A chest CT on January 3rd showed progression of the previously seen metastatic pleural nodules with evidence of lymphangitic spread, multiple new metastatic liver lesions and ill-defined multiple thoracic vertebral lytic lesions, not present on imaging 2 weeks prior. In view of his rapidly progressing disease, goals of care were agreed to be supportive only, and he passed away 2 weeks later.

Discussion

Our patient represents the first case to show worsening baseline hyper-eosinophilia before and after ICI therapy initiation, in parallel to a rapidly progressive NSCLC, not responding to systemic steroid therapy, and leading to premature death.

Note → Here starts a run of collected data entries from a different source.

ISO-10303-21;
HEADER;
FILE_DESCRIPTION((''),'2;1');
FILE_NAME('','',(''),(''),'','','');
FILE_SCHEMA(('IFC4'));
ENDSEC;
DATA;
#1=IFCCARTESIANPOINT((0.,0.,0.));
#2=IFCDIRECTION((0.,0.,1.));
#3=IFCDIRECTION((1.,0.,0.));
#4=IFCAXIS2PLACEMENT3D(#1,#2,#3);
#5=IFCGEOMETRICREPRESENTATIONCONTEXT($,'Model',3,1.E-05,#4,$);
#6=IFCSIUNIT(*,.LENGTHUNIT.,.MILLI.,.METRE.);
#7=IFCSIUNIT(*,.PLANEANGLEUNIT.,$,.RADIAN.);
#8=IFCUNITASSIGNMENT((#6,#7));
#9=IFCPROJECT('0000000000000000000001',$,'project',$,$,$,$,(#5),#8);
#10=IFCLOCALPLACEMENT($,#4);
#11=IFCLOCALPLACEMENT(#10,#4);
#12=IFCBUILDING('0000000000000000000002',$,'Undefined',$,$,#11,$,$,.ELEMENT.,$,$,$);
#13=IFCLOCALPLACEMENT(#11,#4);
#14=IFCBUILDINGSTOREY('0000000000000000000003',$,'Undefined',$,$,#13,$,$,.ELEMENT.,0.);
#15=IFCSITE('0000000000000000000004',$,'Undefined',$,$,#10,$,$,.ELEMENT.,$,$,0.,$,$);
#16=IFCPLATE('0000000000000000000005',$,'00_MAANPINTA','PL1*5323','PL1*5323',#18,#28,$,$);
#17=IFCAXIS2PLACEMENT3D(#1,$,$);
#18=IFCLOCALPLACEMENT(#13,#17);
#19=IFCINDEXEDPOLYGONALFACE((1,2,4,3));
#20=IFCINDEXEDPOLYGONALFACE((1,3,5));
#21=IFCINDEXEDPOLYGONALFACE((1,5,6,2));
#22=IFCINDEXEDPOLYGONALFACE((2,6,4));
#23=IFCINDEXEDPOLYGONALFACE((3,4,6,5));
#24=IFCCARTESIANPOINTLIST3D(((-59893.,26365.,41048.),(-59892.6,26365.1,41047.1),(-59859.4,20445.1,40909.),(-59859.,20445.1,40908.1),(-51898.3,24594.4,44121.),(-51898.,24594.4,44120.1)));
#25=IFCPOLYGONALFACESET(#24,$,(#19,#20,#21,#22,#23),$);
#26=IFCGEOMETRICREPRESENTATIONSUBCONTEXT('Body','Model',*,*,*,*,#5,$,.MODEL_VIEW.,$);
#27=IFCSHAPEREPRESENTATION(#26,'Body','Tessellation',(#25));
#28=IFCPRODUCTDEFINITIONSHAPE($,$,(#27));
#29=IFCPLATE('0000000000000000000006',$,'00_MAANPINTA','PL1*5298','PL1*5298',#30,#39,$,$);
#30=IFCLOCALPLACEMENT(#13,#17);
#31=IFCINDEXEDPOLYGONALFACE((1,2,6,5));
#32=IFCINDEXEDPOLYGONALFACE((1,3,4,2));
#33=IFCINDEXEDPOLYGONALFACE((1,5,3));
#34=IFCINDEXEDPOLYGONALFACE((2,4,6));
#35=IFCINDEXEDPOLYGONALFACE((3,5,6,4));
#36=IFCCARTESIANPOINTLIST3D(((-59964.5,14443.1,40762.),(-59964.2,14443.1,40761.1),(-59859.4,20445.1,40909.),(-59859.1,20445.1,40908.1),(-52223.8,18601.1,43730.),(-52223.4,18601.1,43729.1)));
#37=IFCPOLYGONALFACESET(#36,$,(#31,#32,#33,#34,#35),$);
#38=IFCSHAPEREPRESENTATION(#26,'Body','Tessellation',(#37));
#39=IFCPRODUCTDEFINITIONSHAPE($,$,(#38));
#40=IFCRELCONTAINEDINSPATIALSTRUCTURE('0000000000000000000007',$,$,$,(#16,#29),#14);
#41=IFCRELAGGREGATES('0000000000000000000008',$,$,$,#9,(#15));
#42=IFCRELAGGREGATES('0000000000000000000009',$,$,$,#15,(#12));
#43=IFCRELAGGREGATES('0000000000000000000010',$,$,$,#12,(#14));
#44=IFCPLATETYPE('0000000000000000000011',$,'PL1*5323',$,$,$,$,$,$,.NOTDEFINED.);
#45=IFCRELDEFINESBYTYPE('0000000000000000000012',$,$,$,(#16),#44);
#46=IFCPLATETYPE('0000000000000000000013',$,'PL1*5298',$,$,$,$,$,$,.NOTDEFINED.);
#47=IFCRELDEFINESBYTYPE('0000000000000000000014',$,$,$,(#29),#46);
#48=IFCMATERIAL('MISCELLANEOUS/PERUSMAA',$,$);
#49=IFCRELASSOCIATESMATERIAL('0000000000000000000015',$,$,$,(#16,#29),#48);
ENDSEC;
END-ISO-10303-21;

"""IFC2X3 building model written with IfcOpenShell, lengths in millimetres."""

from ifc_helpers import new_model, si_unit, frame, origin_with_axes, place, context, subcontext, project, spatial, polyline, outline, extrude, material, type_object, element, save


model = new_model("IFC2X3")

# Units and contexts
model_context = context("Model", 3, precision=1e-05, world=origin_with_axes())
body_context = subcontext(model_context, "Body", "Model", "MODEL_VIEW")
ifc_project = project(units=[si_unit("LENGTHUNIT", "METRE", prefix="MILLI"), si_unit("PLANEANGLEUNIT", "RADIAN")], contexts=[model_context])

# Site, building, storey
site_placement = place(None, origin_with_axes())
site = spatial("IfcSite", under=ifc_project, at=site_placement, Name="Undefined", CompositionType="ELEMENT", RefElevation=0.0)
building_placement = place(site_placement, origin_with_axes())
building = spatial("IfcBuilding", under=site, at=building_placement, Name="Undefined", CompositionType="ELEMENT")
storey_placement = place(building_placement, origin_with_axes())
storey = spatial("IfcBuildingStorey", under=building, at=storey_placement, Name="Undefined", CompositionType="ELEMENT", Elevation=0.0)

# Plates
ifc_material = material(Name="MISCELLANEOUS/PERUSMAA")
plate_type_1 = type_object("IfcPlateType", Name="PL1*5323", PredefinedType="NOTDEFINED")
plate_1_placement = place(storey_placement, frame((-59859.2, 20445.1, 40908.5), z_axis=(0.363301, 0.023928, -0.931365), x_axis=(-0.005667, 0.999708, 0.023473)))
element("IfcPlate", 1, at=plate_1_placement, inside=storey, type_object=plate_type_1, material=ifc_material, Name="00_MAANPINTA", Description="PL1*5323", ObjectType="PL1*5323", context=body_context, shape_type="SweptSolid", body=[
    extrude(outline(polyline([(0.0, 0.0), (5921.7, 0.0), (4178.4, 8570.5), (0.0, 0.0)])), frame((0.0, 0.0, -0.5), z_axis=(0.0, 0.0, 1.0), x_axis=(1.0, 0.0, 0.0)), (0.0, 0.0, 1.0), 1.0),
])
plate_type_2 = type_object("IfcPlateType", Name="PL1*5298", PredefinedType="NOTDEFINED")
plate_2_placement = place(storey_placement, frame((-59964.3, 14443.1, 40761.5), z_axis=(0.350076, 0.016808, -0.93657), x_axis=(0.017502, 0.999547, 0.024481)))
element("IfcPlate", 2, at=plate_2_placement, inside=storey, type_object=plate_type_2, material=ifc_material, Name="00_MAANPINTA", Description="PL1*5298", ObjectType="PL1*5298", context=body_context, shape_type="SweptSolid", body=[
    extrude(outline(polyline([(0.0, 0.0), (6004.7, 0.0), (4364.2, 8183.6), (0.0, 0.0)])), frame((0.0, 0.0, -0.5), z_axis=(0.0, 0.0, 1.0), x_axis=(1.0, 0.0, 0.0)), (0.0, 0.0, 1.0), 1.0),
])

save(model, "model.ifc")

In fact, an atypical response to ICI therapy has been reported in up to 10% of cases, leading to a rapid tumor growth rate that is out of proportion compared to the one before therapy initiation. This response to immunotherapy has been termed as hyper-progressive disease (HPD). ⁷

Additionally, contradictory theories regarding the exact role of eosinophils have been reported. Some have shown that eosinophils have the ability to invade tumor microenvironments, contributing to a better prognosis in certain types of cancers, ¹ others suggest that eosinophilia is associated with tumor dissemination to bone marrow or from local stimulation of the local tissue by the tumor itself through circulating factors secreted by the tumor itself such as Interleukin-5, Granulocyte Colony Stimulating Factor (G-CSF), and Granulocyte/Macrophage Colony Stimulating Factor (GM-CSF). ⁸

Other routinely available laboratory tests (ie, baseline serum lactate dehydrogenase and relative lymphocyte count) were also studied and successfully implemented in a predictive model of favorable prognosis in melanoma patients treated with pembrolizumab. ⁹

All these heterogenous and sometimes contradictory results raise the question about the possible presence of a certain threshold or peak of eosinophil counts before, during, and/or after ICI therapy that must be taken into consideration, and above which, a deleterious effect on host cells or response to immunotherapy is exerted. ¹⁰ Another hypothesis is the possible co-dependence of eosinophils on other factors, not commonly taken into consideration, like in the example of CD8-T cells, to produce an adequate anti-tumor response, as was demonstrated previously in a mouse model. ¹¹ Predictors and biological markers of this fearful disease acceleration remain unknown and desperately needed to prevent both ICI toxicity and/or premature discontinuation of treatment. ⁷

Conclusion

Our patient’s rapidly progressing course and the appearance of new metastatic lesions in distant organs within days is suggestive of HPD, but it remains unclear if pre-treatment hyper-eosinophilia represents a predictive factor of an unfavorable response to ICI treatment in cases of NSCLC as in this case. Additional similar cases are needed to draw a more conclusive relationship.